### What is needed
Scan the lines below for the string "NOTDEFINED" and report how many lines contain it, giving only the number.

##### Data provided #####

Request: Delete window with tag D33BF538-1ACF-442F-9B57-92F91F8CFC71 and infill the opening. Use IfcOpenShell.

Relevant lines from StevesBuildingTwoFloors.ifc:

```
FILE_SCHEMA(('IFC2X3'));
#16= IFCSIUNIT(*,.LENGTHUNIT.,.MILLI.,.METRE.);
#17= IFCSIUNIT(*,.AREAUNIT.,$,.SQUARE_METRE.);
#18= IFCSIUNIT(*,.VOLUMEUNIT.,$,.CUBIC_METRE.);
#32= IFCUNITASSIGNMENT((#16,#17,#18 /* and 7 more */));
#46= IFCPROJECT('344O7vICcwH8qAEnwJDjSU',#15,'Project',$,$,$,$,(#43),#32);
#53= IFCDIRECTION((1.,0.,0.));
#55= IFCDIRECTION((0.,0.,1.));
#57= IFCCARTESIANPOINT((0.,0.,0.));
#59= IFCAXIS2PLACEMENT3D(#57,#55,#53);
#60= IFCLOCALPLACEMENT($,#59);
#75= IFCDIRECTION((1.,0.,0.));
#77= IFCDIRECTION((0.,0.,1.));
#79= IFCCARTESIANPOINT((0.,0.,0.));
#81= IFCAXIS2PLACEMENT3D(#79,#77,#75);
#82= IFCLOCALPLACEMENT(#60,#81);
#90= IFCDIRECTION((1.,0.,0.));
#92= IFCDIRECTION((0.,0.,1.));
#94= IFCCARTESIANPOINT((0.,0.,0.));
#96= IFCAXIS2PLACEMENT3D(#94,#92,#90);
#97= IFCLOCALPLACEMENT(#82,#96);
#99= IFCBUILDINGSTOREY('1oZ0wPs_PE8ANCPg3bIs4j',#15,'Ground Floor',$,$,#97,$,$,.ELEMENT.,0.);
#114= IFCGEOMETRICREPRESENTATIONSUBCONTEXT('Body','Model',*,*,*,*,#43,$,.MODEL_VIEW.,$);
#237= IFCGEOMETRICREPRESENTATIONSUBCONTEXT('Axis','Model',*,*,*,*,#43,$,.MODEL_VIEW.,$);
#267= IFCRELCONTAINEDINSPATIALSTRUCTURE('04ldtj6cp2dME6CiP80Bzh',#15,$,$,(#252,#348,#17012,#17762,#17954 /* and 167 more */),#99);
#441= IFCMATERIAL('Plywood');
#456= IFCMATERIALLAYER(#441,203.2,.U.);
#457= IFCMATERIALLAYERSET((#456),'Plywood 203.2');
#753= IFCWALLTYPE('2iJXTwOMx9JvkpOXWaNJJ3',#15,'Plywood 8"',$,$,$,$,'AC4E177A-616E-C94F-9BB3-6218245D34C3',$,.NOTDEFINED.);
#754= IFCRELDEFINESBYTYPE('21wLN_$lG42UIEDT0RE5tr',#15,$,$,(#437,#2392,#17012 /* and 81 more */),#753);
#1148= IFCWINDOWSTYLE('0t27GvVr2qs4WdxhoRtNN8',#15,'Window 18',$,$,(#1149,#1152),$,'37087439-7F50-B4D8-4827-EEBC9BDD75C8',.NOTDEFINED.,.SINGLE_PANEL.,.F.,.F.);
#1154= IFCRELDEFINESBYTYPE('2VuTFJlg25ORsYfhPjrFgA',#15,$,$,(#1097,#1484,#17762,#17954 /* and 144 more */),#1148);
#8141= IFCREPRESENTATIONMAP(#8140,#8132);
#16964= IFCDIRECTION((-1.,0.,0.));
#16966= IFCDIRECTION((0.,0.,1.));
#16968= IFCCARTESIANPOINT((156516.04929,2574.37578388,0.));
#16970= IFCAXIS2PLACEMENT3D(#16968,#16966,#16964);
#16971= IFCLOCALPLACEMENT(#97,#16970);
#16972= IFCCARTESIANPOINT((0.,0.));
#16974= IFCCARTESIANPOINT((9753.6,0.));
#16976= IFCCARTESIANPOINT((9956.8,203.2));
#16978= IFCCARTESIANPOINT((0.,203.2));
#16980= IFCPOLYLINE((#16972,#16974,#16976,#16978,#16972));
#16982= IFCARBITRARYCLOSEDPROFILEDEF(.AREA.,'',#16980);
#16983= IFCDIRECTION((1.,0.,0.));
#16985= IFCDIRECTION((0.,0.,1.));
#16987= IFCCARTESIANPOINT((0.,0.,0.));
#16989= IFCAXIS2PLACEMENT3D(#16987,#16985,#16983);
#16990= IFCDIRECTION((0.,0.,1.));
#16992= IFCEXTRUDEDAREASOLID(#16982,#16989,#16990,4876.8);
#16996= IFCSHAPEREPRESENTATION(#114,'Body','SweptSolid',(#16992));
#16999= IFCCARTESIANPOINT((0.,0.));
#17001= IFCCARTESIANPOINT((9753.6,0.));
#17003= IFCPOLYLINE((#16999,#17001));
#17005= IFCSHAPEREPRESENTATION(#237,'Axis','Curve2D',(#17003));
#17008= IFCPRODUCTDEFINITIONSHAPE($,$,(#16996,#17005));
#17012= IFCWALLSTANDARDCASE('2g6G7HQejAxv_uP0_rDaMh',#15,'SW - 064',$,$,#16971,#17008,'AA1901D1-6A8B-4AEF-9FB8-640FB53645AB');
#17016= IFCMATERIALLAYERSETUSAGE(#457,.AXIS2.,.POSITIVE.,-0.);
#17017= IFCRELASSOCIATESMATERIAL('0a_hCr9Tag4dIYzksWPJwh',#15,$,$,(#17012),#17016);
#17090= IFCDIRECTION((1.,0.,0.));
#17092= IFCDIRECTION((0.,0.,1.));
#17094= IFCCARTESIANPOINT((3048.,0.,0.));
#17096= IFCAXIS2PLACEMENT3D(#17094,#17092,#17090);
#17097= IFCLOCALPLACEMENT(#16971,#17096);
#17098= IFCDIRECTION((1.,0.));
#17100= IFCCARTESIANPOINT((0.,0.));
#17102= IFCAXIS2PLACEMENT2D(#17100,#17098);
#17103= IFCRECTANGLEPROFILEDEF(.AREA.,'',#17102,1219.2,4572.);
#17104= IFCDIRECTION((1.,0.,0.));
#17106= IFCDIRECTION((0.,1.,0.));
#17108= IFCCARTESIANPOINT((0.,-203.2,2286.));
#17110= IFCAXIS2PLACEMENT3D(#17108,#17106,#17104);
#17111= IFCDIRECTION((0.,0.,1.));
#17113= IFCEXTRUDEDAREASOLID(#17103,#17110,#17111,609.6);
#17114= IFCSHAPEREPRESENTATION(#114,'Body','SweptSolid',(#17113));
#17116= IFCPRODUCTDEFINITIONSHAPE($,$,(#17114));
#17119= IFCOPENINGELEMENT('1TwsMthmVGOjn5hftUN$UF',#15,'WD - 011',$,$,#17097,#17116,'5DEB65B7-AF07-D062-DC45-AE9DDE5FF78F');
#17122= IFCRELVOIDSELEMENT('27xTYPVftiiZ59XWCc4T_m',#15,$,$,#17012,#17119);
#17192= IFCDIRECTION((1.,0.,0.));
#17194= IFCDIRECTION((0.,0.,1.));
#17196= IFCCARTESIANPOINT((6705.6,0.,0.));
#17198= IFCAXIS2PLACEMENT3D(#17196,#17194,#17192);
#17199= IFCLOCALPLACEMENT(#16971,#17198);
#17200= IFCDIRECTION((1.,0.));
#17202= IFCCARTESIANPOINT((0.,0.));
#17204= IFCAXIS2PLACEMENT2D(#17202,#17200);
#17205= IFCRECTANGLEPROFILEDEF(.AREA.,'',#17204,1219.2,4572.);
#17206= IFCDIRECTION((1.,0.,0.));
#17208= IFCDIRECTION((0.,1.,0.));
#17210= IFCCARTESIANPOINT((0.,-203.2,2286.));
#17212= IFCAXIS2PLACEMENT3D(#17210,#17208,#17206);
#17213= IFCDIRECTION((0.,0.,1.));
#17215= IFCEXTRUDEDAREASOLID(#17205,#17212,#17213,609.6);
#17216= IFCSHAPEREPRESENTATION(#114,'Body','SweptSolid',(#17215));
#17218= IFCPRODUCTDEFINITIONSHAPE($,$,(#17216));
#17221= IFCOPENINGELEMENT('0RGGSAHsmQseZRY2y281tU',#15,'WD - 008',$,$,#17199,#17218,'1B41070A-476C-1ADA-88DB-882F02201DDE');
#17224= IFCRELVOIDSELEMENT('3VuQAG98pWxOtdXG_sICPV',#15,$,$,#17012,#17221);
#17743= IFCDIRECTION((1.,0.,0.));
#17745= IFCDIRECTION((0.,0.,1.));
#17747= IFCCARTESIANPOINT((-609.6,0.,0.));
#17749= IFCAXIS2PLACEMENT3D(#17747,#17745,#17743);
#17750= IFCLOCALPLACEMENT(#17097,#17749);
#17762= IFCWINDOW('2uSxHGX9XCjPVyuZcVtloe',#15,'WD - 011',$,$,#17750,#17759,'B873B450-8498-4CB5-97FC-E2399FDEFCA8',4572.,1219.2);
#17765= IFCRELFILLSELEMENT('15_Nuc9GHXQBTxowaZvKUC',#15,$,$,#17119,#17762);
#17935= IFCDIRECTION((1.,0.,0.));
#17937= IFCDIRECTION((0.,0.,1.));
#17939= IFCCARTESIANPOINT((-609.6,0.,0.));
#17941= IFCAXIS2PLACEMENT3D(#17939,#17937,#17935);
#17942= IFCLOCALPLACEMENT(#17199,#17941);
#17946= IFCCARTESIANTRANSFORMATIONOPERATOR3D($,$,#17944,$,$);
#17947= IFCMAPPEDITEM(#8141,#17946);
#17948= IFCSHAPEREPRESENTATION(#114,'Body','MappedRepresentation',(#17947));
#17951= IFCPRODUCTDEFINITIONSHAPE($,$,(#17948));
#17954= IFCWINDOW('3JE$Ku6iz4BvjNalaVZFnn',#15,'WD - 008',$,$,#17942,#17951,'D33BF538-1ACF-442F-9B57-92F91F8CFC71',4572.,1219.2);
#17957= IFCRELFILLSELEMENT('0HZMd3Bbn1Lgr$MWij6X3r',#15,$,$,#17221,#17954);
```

```python
import ifcopenshell
import ifcopenshell.api.feature
import ifcopenshell.api.root
import ifcopenshell.geom
import ifcopenshell.util.shape

model = ifcopenshell.open("StevesBuildingTwoFloors.ifc")
settings = ifcopenshell.geom.settings()


def volume(element):
    """Net volume in cubic metres, openings subtracted."""
    shape = ifcopenshell.geom.create_shape(settings, element)
    return ifcopenshell.util.shape.get_volume(shape.geometry)


window = model.by_guid("3JE$Ku6iz4BvjNalaVZFnn")
opening = window.FillsVoids[0].RelatingOpeningElement
wall = opening.VoidsElements[0].RelatingBuildingElement
before = volume(wall)

ifcopenshell.api.root.remove_product(model, product=window)
ifcopenshell.api.feature.remove_feature(model, feature=opening)

after = volume(wall)

print(f"wall volume {before:.3f} -> {after:.3f} m3")

model.write("StevesBuildingTwoFloors_v2.ifc")
```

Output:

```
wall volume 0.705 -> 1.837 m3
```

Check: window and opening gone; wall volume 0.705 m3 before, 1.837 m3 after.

#####

### Reply to the task
2